Copy the first line of the material below and every later line through the line containing "#170=IFCPRODUCTDEFINITIONSHAPE($,$,(#169));", without any other output.

* GIVEN RECORDS:
* * *
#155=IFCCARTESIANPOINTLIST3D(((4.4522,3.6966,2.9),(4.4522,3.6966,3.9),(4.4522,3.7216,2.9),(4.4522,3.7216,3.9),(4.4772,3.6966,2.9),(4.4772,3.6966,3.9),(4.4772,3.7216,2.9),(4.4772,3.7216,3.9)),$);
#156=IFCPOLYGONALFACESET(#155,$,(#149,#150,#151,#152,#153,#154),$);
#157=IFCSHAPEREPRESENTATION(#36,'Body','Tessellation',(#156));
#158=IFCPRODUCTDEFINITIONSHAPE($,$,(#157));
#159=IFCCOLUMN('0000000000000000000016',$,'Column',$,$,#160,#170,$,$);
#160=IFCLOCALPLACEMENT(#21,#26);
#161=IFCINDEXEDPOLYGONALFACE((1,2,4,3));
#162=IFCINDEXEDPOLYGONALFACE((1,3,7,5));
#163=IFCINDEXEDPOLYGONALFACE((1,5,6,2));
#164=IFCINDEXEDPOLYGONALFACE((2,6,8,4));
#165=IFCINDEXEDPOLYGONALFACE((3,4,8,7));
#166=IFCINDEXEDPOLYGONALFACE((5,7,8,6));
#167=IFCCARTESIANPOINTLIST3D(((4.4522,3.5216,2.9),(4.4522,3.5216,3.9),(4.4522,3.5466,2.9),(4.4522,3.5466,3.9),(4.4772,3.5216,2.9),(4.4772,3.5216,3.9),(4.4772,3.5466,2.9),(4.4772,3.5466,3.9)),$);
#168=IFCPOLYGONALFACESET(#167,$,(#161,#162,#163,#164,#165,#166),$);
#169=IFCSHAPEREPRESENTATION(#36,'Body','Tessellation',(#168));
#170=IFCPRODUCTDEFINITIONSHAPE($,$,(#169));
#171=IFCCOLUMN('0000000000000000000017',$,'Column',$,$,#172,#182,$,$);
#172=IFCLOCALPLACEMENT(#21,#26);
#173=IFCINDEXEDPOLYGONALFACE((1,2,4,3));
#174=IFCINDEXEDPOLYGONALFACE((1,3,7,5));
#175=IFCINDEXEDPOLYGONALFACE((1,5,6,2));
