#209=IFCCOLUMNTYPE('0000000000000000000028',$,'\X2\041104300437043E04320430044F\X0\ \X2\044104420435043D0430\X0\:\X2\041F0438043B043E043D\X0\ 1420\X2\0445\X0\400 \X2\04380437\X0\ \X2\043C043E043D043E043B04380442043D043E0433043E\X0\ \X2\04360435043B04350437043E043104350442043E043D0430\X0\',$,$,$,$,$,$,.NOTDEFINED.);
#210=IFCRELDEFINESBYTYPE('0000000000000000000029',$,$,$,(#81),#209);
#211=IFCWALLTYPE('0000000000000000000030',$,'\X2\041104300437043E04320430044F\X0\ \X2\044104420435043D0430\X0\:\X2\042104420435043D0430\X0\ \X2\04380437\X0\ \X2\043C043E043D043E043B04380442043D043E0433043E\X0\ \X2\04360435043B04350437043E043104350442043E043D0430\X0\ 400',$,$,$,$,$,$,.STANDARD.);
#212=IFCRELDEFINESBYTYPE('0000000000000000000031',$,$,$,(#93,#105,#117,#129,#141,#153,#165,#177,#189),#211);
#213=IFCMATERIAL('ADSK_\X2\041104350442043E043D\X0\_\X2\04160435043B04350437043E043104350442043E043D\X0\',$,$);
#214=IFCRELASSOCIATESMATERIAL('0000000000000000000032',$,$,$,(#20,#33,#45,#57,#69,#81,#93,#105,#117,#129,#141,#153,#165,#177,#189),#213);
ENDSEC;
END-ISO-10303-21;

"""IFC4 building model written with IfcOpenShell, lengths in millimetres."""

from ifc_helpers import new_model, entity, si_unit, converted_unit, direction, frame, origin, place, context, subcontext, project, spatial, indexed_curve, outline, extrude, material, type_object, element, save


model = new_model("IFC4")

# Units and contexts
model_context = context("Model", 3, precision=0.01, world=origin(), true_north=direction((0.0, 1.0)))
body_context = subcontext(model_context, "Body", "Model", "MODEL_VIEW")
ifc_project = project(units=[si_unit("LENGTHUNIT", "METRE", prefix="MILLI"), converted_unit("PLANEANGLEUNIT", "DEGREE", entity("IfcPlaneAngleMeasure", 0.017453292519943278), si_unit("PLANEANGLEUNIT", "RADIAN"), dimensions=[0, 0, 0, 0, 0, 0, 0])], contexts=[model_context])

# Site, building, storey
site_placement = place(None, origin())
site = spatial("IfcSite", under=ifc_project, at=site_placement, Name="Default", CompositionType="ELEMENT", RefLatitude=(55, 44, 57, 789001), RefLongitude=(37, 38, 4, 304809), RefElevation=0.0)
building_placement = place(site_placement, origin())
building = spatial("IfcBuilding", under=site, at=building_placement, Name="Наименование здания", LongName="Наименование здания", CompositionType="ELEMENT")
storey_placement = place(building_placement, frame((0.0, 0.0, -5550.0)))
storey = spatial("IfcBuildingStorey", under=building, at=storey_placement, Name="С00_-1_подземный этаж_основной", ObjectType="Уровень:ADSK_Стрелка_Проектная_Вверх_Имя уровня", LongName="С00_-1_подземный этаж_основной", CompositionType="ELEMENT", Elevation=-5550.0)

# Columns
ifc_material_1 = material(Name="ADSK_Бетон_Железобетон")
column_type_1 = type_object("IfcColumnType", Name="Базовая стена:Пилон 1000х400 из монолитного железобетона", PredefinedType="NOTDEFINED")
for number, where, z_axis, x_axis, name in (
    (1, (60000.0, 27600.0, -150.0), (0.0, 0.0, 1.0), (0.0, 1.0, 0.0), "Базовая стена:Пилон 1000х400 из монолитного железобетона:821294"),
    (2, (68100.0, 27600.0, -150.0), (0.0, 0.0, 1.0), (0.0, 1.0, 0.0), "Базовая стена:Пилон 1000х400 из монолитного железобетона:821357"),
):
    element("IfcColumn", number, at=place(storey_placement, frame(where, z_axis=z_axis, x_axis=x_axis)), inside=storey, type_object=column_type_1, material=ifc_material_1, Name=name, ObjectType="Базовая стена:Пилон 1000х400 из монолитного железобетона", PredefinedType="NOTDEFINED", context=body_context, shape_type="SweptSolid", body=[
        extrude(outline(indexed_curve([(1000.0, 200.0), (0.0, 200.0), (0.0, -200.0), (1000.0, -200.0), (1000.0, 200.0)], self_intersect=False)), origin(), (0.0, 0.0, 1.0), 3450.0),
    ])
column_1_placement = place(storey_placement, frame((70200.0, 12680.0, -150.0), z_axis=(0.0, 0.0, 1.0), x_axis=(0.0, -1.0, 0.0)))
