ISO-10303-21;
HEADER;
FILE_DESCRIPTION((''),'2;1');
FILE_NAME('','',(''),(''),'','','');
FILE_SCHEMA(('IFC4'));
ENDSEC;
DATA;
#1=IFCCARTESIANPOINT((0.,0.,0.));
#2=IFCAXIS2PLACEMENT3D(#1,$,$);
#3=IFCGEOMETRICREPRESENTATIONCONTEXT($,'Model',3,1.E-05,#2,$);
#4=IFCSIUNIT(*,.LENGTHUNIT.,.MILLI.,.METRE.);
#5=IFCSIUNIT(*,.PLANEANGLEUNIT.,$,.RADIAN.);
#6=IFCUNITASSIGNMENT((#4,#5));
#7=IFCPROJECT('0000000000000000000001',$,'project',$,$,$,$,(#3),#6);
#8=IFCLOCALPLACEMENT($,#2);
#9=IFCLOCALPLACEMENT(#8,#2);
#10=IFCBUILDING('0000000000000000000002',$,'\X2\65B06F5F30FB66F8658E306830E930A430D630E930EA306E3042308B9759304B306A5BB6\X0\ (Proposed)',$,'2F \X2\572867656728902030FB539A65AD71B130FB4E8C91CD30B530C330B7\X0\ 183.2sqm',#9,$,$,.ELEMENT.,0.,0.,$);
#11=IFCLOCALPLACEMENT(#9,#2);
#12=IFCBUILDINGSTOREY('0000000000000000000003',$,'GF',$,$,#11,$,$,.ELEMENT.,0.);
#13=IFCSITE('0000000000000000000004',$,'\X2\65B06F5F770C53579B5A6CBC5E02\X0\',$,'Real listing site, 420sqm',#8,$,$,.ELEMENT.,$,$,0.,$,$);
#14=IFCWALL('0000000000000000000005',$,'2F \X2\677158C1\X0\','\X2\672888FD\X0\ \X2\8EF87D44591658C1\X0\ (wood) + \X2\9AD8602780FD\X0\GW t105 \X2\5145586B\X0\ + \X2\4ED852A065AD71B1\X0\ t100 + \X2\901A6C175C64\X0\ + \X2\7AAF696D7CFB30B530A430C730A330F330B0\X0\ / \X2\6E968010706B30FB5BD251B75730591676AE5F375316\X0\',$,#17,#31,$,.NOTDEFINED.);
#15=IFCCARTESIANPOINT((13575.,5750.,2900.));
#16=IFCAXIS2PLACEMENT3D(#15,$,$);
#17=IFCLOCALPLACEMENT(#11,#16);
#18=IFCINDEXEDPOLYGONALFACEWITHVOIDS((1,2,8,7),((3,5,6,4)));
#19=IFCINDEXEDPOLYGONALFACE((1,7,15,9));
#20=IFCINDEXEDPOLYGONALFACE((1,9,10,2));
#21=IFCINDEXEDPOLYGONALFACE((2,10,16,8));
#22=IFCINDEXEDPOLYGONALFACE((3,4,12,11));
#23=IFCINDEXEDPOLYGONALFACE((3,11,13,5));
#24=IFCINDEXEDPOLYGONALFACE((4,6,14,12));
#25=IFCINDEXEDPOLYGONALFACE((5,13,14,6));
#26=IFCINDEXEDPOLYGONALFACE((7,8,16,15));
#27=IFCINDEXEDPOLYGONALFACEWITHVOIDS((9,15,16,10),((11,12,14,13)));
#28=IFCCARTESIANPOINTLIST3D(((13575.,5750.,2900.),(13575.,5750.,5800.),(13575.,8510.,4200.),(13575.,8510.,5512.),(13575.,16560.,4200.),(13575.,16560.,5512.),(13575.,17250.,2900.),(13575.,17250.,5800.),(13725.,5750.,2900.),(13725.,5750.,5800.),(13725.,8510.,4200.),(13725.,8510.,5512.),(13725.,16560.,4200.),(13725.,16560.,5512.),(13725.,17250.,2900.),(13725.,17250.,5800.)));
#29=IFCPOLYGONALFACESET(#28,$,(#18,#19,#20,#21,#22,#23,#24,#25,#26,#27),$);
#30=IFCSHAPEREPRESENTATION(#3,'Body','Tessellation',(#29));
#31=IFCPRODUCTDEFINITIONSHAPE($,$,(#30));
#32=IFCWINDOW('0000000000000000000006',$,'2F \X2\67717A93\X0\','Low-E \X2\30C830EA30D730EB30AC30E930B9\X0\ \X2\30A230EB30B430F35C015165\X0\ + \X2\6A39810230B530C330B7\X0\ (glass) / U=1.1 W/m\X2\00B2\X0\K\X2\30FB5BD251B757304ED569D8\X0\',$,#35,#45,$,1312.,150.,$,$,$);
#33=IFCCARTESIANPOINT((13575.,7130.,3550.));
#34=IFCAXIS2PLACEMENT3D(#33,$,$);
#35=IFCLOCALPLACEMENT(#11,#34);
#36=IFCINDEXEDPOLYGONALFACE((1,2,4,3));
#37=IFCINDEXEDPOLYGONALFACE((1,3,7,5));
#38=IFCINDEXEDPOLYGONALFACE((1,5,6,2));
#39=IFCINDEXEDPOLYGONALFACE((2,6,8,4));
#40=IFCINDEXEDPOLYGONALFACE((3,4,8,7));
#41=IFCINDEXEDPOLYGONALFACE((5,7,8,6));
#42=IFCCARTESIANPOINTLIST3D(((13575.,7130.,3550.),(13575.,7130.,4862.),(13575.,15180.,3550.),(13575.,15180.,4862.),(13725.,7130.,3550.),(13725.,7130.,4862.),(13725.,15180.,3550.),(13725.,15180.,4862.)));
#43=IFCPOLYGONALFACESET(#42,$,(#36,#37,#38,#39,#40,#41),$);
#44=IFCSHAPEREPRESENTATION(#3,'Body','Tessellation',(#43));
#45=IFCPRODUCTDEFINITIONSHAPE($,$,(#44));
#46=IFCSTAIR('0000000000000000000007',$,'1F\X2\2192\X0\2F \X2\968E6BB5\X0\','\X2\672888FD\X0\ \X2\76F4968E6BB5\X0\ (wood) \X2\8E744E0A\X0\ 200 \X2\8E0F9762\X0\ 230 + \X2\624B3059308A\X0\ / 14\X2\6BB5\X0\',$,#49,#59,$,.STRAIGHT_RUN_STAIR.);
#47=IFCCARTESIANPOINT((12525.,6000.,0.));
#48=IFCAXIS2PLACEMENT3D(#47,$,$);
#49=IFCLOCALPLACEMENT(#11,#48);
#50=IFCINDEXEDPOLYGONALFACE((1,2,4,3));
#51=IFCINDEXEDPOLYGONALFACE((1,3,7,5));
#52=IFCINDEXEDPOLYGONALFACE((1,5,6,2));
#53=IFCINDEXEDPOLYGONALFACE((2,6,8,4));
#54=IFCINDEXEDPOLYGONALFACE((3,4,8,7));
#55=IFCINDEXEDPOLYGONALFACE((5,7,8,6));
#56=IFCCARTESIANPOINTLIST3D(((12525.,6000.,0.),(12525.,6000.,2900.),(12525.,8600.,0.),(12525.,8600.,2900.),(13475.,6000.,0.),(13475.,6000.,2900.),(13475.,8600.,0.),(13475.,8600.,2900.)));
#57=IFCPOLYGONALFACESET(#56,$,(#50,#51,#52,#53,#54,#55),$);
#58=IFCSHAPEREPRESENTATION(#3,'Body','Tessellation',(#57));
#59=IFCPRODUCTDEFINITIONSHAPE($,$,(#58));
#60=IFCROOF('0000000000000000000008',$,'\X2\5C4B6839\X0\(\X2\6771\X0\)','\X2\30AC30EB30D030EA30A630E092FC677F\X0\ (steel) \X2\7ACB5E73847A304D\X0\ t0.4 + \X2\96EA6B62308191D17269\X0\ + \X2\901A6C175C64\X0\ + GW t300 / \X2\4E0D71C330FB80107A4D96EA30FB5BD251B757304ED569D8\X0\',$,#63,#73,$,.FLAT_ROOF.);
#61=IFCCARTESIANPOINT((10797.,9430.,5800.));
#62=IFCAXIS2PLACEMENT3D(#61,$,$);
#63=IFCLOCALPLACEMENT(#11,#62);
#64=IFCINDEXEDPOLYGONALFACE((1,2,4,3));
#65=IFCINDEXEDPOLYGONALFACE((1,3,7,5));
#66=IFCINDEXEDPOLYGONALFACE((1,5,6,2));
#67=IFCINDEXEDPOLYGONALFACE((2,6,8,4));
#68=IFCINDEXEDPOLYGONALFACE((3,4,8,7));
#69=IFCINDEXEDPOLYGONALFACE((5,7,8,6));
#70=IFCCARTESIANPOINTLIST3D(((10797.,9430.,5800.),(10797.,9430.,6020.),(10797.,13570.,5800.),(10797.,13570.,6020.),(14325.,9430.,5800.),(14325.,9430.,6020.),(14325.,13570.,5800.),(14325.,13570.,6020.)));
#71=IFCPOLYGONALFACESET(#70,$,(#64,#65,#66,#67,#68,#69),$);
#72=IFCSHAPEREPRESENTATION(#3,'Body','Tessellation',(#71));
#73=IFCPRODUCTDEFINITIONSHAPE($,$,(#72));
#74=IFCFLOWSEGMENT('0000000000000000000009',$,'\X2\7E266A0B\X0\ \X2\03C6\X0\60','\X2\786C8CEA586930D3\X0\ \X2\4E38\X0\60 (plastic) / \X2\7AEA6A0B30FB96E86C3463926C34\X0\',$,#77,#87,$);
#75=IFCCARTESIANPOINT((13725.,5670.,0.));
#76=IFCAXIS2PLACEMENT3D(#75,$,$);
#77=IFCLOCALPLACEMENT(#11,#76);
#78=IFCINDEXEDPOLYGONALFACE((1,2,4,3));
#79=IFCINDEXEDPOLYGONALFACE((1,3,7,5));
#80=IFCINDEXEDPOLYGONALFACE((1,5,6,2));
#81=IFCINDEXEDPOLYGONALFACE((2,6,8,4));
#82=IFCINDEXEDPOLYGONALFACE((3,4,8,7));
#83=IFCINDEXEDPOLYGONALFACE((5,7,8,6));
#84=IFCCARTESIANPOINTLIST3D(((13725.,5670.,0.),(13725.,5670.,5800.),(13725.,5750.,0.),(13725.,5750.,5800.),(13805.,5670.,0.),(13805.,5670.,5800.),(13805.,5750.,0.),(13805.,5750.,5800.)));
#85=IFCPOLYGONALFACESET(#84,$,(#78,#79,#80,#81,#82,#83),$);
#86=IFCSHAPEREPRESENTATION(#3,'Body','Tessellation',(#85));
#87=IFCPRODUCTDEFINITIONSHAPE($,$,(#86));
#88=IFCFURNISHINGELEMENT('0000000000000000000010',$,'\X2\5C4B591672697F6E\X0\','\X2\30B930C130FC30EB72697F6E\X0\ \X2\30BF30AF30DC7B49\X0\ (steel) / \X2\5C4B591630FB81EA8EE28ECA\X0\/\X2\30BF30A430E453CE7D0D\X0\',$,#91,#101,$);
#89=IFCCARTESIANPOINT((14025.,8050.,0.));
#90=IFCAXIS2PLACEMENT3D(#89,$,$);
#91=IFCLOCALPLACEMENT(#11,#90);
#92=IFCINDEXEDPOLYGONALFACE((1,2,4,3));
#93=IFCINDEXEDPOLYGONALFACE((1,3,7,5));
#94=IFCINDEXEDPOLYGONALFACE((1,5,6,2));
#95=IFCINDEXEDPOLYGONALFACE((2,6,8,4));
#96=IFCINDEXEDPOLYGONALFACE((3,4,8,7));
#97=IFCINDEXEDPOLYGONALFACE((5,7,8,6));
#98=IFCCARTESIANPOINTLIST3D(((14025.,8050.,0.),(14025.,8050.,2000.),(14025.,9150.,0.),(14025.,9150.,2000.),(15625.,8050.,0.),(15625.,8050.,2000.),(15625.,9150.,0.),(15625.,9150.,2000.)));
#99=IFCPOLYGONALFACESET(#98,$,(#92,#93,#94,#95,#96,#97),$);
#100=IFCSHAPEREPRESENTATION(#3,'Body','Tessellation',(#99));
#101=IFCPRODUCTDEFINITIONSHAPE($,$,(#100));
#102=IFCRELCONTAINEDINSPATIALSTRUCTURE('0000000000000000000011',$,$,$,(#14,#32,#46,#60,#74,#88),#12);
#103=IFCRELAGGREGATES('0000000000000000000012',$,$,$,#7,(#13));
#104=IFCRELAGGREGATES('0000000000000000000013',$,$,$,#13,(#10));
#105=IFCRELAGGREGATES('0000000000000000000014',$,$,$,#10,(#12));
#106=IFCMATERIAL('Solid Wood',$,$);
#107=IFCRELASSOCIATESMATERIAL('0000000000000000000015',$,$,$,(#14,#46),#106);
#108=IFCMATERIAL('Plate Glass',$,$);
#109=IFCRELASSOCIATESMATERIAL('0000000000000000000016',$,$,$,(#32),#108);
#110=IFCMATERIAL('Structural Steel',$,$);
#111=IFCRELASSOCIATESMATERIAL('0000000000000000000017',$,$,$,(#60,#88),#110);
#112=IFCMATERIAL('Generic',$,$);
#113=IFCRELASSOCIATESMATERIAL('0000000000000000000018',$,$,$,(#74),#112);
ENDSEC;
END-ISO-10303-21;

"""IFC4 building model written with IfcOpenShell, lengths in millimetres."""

from ifc_helpers import new_model, si_unit, frame, frame_2d, origin, place, context, project, spatial, rectangle, extrude, material, element, fill, save


model = new_model("IFC4")

# Units and contexts
model_context = context("Model", 3, precision=1e-05, world=origin())
ifc_project = project(units=[si_unit("LENGTHUNIT", "METRE", prefix="MILLI"), si_unit("PLANEANGLEUNIT", "RADIAN")], contexts=[model_context])

# Site, building, storey
site_placement = place(None, origin())
site = spatial("IfcSite", under=ifc_project, at=site_placement, Name="新潟県南魚沼市", ObjectType="Real listing site, 420sqm", CompositionType="ELEMENT", RefElevation=0.0)
building_placement = place(site_placement, origin())
building = spatial("IfcBuilding", under=site, at=building_placement, Name="新潟・書斎とライブラリのある静かな家 (Proposed)", ObjectType="2F 在来木造・厚断熱・二重サッシ 183.2sqm", CompositionType="ELEMENT", ElevationOfRefHeight=0.0, ElevationOfTerrain=0.0)
storey_placement = place(building_placement, origin())
storey = spatial("IfcBuildingStorey", under=building, at=storey_placement, Name="GF", CompositionType="ELEMENT", Elevation=0.0)

# Shared definitions
ifc_material_1 = material(Name="Solid Wood")

# Wall, opening, window
ifc_material_2 = material(Name="Plate Glass")
wall_1_placement = place(storey_placement, frame((13575.0, 5750.0, 2900.0)))
wall_1 = element("IfcWall", 1, at=wall_1_placement, inside=storey, material=ifc_material_1, Name="2F 東壁", Description="木製 軸組外壁 (wood) + 高性能GW t105 充填 + 付加断熱 t100 + 通気層 + 窯業系サイディング / 準耐火・寒冷地外皮強化", PredefinedType="NOTDEFINED", context=model_context, shape_type="SweptSolid", body=[
    extrude(rectangle(XDim=150.0, YDim=11500.0, at=frame_2d((75.0, 5750.0))), frame((13575.0, 5750.0, 2900.0)), (0.0, 0.0, 1.0), 2900.0),
])
opening_1_placement = place(storey_placement, frame((13575.0, 7130.0, 3550.0)))
opening_1 = element("IfcOpeningElement", 2, at=opening_1_placement, cuts=wall_1, PredefinedType="NOTDEFINED", context=model_context, shape_type="SweptSolid", body=[
    extrude(rectangle(XDim=150.0, YDim=8050.0, at=frame_2d((75.0, 4025.0))), frame((13575.0, 7130.0, 3550.0)), (0.0, 0.0, 1.0), 1312.0),
])
window_1_placement = place(storey_placement, frame((13575.0, 7130.0, 3550.0)))
window_1 = element("IfcWindow", 3, at=window_1_placement, inside=storey, material=ifc_material_2, Name="2F 東窓", Description="Low-E トリプルガラス アルゴン封入 + 樹脂サッシ (glass) / U=1.1 W/m²K・寒冷地仕様", OverallHeight=1312.0, OverallWidth=150.0, context=model_context, shape_type="SweptSolid", body=[
    extrude(rectangle(XDim=150.0, YDim=8050.0, at=frame_2d((75.0, 4025.0))), frame((13575.0, 7130.0, 3550.0)), (0.0, 0.0, 1.0), 1312.0),
])
fill(opening_1, window_1)

# Stair
stair_placement = place(storey_placement, frame((12525.0, 6000.0, 0.0)))
element("IfcStair", 4, at=stair_placement, inside=storey, material=ifc_material_1, Name="1F→2F 階段", Description="木製 直階段 (wood) 蹴上 200 踏面 230 + 手すり / 14段", PredefinedType="STRAIGHT_RUN_STAIR", context=model_context, shape_type="SweptSolid", body=[
    extrude(rectangle(XDim=950.0, YDim=2600.0, at=frame_2d((475.0, 1300.0))), frame((12525.0, 6000.0, 0.0)), (0.0, 0.0, 1.0), 2900.0),
])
* * *
* PROBLEM SOLUTION:
#155=IFCCARTESIANPOINTLIST3D(((4.4522,3.6966,2.9),(4.4522,3.6966,3.9),(4.4522,3.7216,2.9),(4.4522,3.7216,3.9),(4.4772,3.6966,2.9),(4.4772,3.6966,3.9),(4.4772,3.7216,2.9),(4.4772,3.7216,3.9)),$);
#156=IFCPOLYGONALFACESET(#155,$,(#149,#150,#151,#152,#153,#154),$);
#157=IFCSHAPEREPRESENTATION(#36,'Body','Tessellation',(#156));
#158=IFCPRODUCTDEFINITIONSHAPE($,$,(#157));
#159=IFCCOLUMN('0000000000000000000016',$,'Column',$,$,#160,#170,$,$);
#160=IFCLOCALPLACEMENT(#21,#26);
#161=IFCINDEXEDPOLYGONALFACE((1,2,4,3));
#162=IFCINDEXEDPOLYGONALFACE((1,3,7,5));
#163=IFCINDEXEDPOLYGONALFACE((1,5,6,2));
#164=IFCINDEXEDPOLYGONALFACE((2,6,8,4));
#165=IFCINDEXEDPOLYGONALFACE((3,4,8,7));
#166=IFCINDEXEDPOLYGONALFACE((5,7,8,6));
#167=IFCCARTESIANPOINTLIST3D(((4.4522,3.5216,2.9),(4.4522,3.5216,3.9),(4.4522,3.5466,2.9),(4.4522,3.5466,3.9),(4.4772,3.5216,2.9),(4.4772,3.5216,3.9),(4.4772,3.5466,2.9),(4.4772,3.5466,3.9)),$);
#168=IFCPOLYGONALFACESET(#167,$,(#161,#162,#163,#164,#165,#166),$);
#169=IFCSHAPEREPRESENTATION(#36,'Body','Tessellation',(#168));
#170=IFCPRODUCTDEFINITIONSHAPE($,$,(#169));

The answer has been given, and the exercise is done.